I am having a dataframe of which one column has a list of strings at each row.
On average, each list has 150 words of about 6 characters each.
Each of the 700 rows of the dataframe is about a document and each string is a word of this document; so basically I have tokenised the words of the document.
I want to detect the language of each of these documents and to do this I firstly try to detect the language of each word of the document.
For this reason I do the following:
from textblob import TextBlob
def lang_detect(document):
    lang_count = {}
    for word in document:
        if len(word) >= 4:
            word_textblob = TextBlob(word)
            lang_result = word_textblob.detect_language()

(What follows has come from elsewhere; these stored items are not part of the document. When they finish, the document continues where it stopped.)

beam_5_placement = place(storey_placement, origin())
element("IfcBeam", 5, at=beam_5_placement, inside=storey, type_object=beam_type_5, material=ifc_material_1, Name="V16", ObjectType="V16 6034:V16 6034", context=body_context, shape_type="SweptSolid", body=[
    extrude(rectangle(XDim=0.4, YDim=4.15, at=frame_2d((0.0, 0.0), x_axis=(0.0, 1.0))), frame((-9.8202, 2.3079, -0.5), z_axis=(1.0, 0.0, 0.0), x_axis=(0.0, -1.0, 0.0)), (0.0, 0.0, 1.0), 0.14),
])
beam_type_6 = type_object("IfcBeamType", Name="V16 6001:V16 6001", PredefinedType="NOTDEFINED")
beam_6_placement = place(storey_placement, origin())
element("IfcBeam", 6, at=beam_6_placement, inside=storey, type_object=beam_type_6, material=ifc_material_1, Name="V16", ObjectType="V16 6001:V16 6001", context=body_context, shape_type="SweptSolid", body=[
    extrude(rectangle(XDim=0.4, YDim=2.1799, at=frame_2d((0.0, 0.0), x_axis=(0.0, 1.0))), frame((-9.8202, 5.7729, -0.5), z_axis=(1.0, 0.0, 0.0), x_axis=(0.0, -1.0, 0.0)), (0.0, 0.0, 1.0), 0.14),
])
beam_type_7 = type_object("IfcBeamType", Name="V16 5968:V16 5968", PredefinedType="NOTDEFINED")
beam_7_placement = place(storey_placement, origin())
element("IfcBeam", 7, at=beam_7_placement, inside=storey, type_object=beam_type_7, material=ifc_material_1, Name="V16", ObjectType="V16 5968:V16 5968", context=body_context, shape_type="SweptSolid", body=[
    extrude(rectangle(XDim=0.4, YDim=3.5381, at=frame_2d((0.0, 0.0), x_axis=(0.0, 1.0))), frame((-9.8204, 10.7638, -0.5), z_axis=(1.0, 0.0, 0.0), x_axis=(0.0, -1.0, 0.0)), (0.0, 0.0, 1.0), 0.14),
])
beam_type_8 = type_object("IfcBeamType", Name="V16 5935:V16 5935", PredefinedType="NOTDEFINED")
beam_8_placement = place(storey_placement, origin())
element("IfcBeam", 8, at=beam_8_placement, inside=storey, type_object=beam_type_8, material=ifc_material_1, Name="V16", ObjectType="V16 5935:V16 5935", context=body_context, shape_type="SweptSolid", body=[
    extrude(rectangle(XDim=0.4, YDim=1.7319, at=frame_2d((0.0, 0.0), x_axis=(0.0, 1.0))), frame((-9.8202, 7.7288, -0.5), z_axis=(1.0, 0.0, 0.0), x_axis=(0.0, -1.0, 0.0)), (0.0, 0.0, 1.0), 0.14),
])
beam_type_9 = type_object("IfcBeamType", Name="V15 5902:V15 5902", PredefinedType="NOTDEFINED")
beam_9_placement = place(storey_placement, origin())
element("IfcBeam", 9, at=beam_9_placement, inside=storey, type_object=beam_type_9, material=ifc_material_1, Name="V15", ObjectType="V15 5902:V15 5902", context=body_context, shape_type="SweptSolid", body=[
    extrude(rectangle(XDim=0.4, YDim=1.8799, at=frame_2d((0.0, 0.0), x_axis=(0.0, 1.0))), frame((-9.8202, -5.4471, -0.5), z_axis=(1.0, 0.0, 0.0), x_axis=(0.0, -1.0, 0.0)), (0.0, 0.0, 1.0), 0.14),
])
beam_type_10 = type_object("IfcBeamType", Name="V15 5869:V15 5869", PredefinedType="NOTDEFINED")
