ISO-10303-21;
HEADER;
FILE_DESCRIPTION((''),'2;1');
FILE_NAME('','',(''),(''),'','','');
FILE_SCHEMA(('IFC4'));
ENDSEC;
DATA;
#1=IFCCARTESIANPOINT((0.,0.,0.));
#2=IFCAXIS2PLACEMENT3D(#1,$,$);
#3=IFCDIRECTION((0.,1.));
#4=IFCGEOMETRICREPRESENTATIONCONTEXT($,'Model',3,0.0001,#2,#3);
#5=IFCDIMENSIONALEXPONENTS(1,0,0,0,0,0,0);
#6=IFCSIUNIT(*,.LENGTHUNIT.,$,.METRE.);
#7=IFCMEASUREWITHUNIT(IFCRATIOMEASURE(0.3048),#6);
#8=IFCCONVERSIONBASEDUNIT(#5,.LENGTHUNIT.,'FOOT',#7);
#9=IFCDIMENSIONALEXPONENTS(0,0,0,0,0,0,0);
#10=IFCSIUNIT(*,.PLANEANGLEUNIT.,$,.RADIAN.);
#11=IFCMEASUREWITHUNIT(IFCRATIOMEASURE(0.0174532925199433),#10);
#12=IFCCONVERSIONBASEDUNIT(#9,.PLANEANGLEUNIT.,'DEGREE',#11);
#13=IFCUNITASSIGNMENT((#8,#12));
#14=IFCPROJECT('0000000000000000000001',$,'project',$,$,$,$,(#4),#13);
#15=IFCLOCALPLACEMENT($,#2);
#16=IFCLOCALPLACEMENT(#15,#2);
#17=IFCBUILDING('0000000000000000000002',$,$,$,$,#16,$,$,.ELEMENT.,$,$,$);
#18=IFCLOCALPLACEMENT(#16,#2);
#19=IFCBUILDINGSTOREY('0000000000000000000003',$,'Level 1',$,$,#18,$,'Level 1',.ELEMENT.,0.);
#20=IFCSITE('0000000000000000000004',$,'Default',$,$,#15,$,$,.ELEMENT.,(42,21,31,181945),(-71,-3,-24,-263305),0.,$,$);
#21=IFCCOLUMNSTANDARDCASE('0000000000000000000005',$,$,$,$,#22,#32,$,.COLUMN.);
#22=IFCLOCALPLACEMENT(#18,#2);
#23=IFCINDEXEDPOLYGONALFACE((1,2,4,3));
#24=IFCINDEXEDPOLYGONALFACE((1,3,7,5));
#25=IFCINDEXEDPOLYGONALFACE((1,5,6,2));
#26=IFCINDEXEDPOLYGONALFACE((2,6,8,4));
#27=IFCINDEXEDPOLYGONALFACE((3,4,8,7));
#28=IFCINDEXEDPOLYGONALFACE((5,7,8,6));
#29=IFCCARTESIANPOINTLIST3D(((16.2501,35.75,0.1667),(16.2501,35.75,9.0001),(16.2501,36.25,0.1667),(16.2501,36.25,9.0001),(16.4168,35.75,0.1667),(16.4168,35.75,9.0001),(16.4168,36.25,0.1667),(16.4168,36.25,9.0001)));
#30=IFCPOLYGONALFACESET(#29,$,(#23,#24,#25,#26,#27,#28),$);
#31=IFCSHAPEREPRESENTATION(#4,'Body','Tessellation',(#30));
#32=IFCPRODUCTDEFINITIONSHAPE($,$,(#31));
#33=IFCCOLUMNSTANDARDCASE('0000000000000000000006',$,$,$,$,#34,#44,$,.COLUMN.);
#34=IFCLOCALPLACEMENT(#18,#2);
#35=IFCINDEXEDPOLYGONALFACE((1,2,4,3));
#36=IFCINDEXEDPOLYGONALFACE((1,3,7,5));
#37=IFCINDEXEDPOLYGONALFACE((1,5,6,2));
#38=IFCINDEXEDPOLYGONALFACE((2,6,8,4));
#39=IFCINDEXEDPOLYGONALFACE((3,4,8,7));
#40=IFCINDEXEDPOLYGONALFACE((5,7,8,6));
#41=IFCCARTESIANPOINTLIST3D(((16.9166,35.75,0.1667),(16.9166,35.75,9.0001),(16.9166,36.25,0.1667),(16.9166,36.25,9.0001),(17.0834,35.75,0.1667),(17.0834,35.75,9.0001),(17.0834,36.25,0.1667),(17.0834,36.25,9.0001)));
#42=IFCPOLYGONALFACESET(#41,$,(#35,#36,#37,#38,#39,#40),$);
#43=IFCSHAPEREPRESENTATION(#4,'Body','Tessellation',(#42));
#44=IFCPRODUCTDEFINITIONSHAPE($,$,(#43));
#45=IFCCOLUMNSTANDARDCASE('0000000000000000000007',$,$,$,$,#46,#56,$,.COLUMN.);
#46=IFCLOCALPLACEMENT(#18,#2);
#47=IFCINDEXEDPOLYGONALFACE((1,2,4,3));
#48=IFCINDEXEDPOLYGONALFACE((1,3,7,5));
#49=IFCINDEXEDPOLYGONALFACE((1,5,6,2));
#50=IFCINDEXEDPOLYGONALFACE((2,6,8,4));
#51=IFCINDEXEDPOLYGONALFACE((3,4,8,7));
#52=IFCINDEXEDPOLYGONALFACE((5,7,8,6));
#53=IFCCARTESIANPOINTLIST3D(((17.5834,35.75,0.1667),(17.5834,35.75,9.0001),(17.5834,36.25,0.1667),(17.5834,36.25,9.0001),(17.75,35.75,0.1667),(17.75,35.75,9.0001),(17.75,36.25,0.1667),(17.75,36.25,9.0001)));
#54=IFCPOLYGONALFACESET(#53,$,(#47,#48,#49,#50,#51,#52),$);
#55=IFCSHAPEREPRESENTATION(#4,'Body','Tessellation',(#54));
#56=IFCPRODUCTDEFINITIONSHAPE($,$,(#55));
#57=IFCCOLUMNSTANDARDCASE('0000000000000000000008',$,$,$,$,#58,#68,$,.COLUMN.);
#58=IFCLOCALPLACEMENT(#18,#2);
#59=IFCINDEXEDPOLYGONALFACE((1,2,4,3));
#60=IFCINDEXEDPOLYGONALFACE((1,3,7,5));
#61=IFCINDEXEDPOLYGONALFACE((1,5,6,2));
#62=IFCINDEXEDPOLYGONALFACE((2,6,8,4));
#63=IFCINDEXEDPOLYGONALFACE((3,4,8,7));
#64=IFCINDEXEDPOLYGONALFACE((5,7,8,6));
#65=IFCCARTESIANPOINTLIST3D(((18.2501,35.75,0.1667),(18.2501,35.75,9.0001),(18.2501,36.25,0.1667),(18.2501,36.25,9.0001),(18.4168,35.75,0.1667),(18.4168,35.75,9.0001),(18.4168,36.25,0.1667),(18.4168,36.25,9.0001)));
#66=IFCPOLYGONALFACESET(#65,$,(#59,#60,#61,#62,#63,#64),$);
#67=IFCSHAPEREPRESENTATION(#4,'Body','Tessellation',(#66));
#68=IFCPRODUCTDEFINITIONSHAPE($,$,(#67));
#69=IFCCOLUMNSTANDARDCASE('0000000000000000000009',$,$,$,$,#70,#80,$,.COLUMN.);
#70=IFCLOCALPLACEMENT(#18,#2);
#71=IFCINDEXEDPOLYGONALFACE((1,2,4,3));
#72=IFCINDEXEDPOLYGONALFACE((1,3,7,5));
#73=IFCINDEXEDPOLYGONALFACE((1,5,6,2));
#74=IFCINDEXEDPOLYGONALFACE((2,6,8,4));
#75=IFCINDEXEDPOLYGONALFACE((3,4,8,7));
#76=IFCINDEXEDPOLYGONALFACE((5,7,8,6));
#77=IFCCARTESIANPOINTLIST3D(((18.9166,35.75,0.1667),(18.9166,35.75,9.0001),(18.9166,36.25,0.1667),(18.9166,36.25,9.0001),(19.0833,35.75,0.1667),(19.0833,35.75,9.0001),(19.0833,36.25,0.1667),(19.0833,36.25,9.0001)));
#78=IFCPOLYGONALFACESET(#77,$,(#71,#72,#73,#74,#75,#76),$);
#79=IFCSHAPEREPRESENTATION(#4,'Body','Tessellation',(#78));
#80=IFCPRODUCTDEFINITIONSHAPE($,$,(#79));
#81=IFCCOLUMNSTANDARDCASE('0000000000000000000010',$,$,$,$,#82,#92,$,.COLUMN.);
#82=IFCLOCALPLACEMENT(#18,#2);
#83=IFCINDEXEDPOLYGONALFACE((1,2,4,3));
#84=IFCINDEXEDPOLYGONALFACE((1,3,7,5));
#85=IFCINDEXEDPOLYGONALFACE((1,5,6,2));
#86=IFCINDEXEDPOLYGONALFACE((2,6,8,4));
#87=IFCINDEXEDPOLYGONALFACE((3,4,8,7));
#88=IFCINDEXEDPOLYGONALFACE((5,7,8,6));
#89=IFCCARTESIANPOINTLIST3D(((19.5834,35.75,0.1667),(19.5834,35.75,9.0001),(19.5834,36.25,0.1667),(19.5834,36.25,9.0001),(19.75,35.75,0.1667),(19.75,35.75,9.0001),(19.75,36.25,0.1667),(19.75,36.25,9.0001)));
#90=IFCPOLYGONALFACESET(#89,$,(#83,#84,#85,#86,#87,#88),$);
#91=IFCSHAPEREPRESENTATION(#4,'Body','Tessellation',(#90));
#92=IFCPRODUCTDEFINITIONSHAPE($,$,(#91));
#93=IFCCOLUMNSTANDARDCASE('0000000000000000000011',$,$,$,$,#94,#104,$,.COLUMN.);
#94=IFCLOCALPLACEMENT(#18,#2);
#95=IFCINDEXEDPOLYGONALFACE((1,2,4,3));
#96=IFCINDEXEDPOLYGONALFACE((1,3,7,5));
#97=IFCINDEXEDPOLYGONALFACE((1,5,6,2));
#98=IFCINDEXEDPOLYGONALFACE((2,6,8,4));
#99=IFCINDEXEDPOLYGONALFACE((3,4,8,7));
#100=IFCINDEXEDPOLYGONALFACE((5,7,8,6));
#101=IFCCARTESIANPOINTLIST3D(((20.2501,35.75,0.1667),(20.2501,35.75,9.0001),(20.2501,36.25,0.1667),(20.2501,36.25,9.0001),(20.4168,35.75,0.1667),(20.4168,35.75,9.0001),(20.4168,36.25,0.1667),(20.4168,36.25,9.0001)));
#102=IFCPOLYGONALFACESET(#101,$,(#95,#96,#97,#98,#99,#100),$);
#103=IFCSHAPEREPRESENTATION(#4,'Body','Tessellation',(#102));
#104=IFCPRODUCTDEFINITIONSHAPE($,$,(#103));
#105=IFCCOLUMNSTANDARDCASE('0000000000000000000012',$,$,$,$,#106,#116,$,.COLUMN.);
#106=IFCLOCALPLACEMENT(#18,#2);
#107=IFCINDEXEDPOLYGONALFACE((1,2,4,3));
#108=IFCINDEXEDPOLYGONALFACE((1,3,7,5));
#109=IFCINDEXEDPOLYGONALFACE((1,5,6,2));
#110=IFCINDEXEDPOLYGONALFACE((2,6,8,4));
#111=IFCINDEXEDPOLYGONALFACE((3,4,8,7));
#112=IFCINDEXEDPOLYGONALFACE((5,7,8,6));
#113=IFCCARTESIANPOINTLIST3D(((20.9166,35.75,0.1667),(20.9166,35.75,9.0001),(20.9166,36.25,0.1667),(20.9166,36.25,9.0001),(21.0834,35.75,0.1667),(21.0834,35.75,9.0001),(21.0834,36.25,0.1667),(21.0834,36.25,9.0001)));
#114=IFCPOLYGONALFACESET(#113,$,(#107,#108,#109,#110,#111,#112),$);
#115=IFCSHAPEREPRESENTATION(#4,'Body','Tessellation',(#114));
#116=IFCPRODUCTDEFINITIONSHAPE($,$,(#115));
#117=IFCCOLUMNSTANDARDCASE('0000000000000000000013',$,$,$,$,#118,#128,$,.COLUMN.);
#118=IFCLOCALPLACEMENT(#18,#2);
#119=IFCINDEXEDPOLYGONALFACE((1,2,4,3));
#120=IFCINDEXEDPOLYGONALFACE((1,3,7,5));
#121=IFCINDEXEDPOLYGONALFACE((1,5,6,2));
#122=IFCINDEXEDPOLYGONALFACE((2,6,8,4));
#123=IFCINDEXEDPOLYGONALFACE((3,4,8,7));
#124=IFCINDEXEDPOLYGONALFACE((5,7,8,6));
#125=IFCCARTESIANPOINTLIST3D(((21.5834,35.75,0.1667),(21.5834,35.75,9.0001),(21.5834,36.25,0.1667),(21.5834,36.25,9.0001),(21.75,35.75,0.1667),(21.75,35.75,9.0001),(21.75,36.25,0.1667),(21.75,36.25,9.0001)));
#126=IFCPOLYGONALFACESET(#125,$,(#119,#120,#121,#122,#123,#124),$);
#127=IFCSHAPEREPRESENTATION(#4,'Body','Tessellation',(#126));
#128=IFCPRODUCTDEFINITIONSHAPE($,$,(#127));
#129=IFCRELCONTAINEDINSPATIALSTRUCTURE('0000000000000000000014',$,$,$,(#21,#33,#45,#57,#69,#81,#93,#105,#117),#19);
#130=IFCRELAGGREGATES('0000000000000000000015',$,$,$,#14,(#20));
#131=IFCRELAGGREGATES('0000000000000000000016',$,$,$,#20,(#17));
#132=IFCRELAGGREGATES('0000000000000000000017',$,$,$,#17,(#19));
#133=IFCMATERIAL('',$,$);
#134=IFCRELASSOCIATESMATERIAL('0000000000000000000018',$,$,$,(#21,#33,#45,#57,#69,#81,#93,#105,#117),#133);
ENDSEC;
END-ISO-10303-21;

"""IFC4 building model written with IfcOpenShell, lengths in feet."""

from ifc_helpers import new_model, entity, si_unit, converted_unit, direction, frame, origin, place, context, project, spatial, rectangle, extrude, material, element, save


model = new_model("IFC4")

# Units and contexts
model_context = context("Model", 3, precision=0.0001, world=origin(), true_north=direction((0.0, 1.0)))
ifc_project = project(units=[converted_unit("LENGTHUNIT", "FOOT", entity("IfcRatioMeasure", 0.3048), si_unit("LENGTHUNIT", "METRE"), dimensions=[1, 0, 0, 0, 0, 0, 0]), converted_unit("PLANEANGLEUNIT", "DEGREE", entity("IfcRatioMeasure", 0.0174532925199433), si_unit("PLANEANGLEUNIT", "RADIAN"), dimensions=[0, 0, 0, 0, 0, 0, 0])], contexts=[model_context])

# Site, building, storey
site_placement = place(None, origin())
site = spatial("IfcSite", under=ifc_project, at=site_placement, Name="Default", CompositionType="ELEMENT", RefLatitude=(42, 21, 31, 181945), RefLongitude=(-71, -3, -24, -263305), RefElevation=0.0)
building_placement = place(site_placement, origin())
building = spatial("IfcBuilding", under=site, at=building_placement, CompositionType="ELEMENT")
storey_placement = place(building_placement, origin())
storey = spatial("IfcBuildingStorey", under=building, at=storey_placement, Name="Level 1", LongName="Level 1", CompositionType="ELEMENT", Elevation=0.0)

# Columns
ifc_material_1 = material(Name="")
placement_1 = place(storey_placement, frame((0.25, 36.0, 0.0)))
for number, where, z_axis, x_axis in (
    (1, (16.0834, 0.0, 0.1667), (0.0, 0.0, 1.0), (1.0, 0.0, 0.0)),
    (2, (16.75, 0.0, 0.1667), (0.0, 0.0, 1.0), (1.0, 0.0, 0.0)),
    (3, (17.4167, 0.0, 0.1667), (0.0, 0.0, 1.0), (1.0, 0.0, 0.0)),
    (4, (18.0834, 0.0, 0.1667), (0.0, 0.0, 1.0), (1.0, 0.0, 0.0)),
    (5, (18.75, 0.0, 0.1667), (0.0, 0.0, 1.0), (1.0, 0.0, 0.0)),
    (6, (19.4167, 0.0, 0.1667), (0.0, 0.0, 1.0), (1.0, 0.0, 0.0)),
    (7, (20.0834, 0.0, 0.1667), (0.0, 0.0, 1.0), (1.0, 0.0, 0.0)),
    (8, (20.75, 0.0, 0.1667), (0.0, 0.0, 1.0), (1.0, 0.0, 0.0)),
    (9, (21.4167, 0.0, 0.1667), (0.0, 0.0, 1.0), (1.0, 0.0, 0.0)),
):
    element("IfcColumnStandardCase", number, at=place(placement_1, frame(where, z_axis=z_axis, x_axis=x_axis)), inside=storey, material=ifc_material_1, PredefinedType="COLUMN", context=model_context, shape_type="SweptSolid", body=[
        extrude(rectangle(XDim=0.1667, YDim=0.5), origin(), (0.0, 0.0, 1.0), 8.8334),
    ])

save(model, "model.ifc")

            response = lang_count.get(lang_result)
            if response is None:  
                lang_count[f"{lang_result}"] = 1
            else:
                lang_count[f"{lang_result}"] += 1
    return lang_count
df_per_doc['languages_count'] = df_per_doc['complete_text'].apply(lambda x: lang_detect(x))
When I do this then I get the following error:
---------------------------------------------------------------------------
HTTPError                                 Traceback (most recent call last)
<ipython-input-42-772df3809bcb> in <module>
     25 
---> 27 df_per_doc['languages_count'] = df_per_doc['complete_text'].apply(lambda x: lang_detect(x))
     28 
     29 
.
.
.
    647 class HTTPDefaultErrorHandler(BaseHandler):
    648     def http_error_default(self, req, fp, code, msg, hdrs):
--> 649         raise HTTPError(req.full_url, code, msg, hdrs, fp)
    650 
    651 class HTTPRedirectHandler(BaseHandler):
HTTPError: HTTP Error 429: Too Many Requests
The error is much longer and I have omitted the rest of it at the middle.
Now,I am getting the same error even if I try to do this for only two documents/rows.
Is there any way that I can get a response from textblob for more words & documents?